(Dataset entries)
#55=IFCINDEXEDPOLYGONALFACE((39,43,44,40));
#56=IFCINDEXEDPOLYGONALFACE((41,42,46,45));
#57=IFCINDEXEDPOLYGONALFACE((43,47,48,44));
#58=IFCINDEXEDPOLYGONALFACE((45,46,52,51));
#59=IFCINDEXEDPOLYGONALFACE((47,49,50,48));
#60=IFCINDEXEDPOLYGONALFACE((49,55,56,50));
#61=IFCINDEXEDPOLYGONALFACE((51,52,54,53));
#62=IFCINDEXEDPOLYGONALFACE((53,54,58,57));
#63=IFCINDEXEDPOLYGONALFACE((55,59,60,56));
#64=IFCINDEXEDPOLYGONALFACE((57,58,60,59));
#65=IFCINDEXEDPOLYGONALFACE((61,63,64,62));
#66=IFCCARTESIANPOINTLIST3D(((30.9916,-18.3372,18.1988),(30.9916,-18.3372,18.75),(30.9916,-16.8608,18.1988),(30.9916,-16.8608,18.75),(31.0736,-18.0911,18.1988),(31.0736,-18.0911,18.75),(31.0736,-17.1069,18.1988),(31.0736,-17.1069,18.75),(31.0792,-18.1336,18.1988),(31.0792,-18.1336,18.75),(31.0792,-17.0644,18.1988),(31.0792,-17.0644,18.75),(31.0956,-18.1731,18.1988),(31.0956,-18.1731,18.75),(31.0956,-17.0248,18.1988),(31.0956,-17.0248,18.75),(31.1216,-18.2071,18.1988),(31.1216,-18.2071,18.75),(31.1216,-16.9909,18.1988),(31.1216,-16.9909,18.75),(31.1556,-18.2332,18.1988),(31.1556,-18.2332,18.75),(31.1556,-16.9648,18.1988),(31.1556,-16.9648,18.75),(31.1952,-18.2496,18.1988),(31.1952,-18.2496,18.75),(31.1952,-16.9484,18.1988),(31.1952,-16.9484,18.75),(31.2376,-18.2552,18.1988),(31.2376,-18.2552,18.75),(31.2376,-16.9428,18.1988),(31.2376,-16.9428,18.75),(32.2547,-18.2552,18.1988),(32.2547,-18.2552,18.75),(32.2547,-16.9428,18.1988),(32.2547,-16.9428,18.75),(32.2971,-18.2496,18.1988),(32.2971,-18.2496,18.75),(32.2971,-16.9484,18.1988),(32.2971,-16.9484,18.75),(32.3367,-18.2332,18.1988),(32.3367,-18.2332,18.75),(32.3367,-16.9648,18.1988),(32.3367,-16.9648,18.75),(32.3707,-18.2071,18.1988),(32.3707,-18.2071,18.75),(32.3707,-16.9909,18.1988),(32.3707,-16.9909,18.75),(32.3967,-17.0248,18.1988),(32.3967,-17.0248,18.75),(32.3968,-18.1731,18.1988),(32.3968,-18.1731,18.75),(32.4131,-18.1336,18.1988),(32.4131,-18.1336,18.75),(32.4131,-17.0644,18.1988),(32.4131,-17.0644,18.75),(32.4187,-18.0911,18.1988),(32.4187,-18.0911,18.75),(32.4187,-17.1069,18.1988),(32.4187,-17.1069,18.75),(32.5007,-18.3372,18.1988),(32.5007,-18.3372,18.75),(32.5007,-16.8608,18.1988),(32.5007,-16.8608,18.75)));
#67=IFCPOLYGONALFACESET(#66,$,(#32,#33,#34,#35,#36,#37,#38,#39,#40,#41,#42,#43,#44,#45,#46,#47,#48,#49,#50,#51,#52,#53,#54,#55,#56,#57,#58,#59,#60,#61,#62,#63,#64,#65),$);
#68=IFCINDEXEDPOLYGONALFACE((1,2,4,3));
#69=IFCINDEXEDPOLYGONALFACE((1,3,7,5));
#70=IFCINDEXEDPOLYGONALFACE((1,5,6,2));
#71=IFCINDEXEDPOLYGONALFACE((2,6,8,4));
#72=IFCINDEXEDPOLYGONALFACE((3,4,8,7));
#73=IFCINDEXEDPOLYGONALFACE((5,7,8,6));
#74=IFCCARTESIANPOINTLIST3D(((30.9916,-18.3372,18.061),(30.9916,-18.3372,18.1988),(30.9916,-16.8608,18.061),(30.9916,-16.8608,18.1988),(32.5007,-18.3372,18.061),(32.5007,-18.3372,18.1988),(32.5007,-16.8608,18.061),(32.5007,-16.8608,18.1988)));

▶ **Work to be completed**: Set down exactly the lines of the data above, beginning with the line that has "#57=IFCINDEXEDPOLYGONALFACE((43,47,48,44));" and ending with the line that has "#65=IFCINDEXEDPOLYGONALFACE((61,63,64,62));", and no others.

▶ **Task solution**:
#57=IFCINDEXEDPOLYGONALFACE((43,47,48,44));
#58=IFCINDEXEDPOLYGONALFACE((45,46,52,51));
#59=IFCINDEXEDPOLYGONALFACE((47,49,50,48));
#60=IFCINDEXEDPOLYGONALFACE((49,55,56,50));
#61=IFCINDEXEDPOLYGONALFACE((51,52,54,53));
#62=IFCINDEXEDPOLYGONALFACE((53,54,58,57));
#63=IFCINDEXEDPOLYGONALFACE((55,59,60,56));
#64=IFCINDEXEDPOLYGONALFACE((57,58,60,59));
#65=IFCINDEXEDPOLYGONALFACE((61,63,64,62));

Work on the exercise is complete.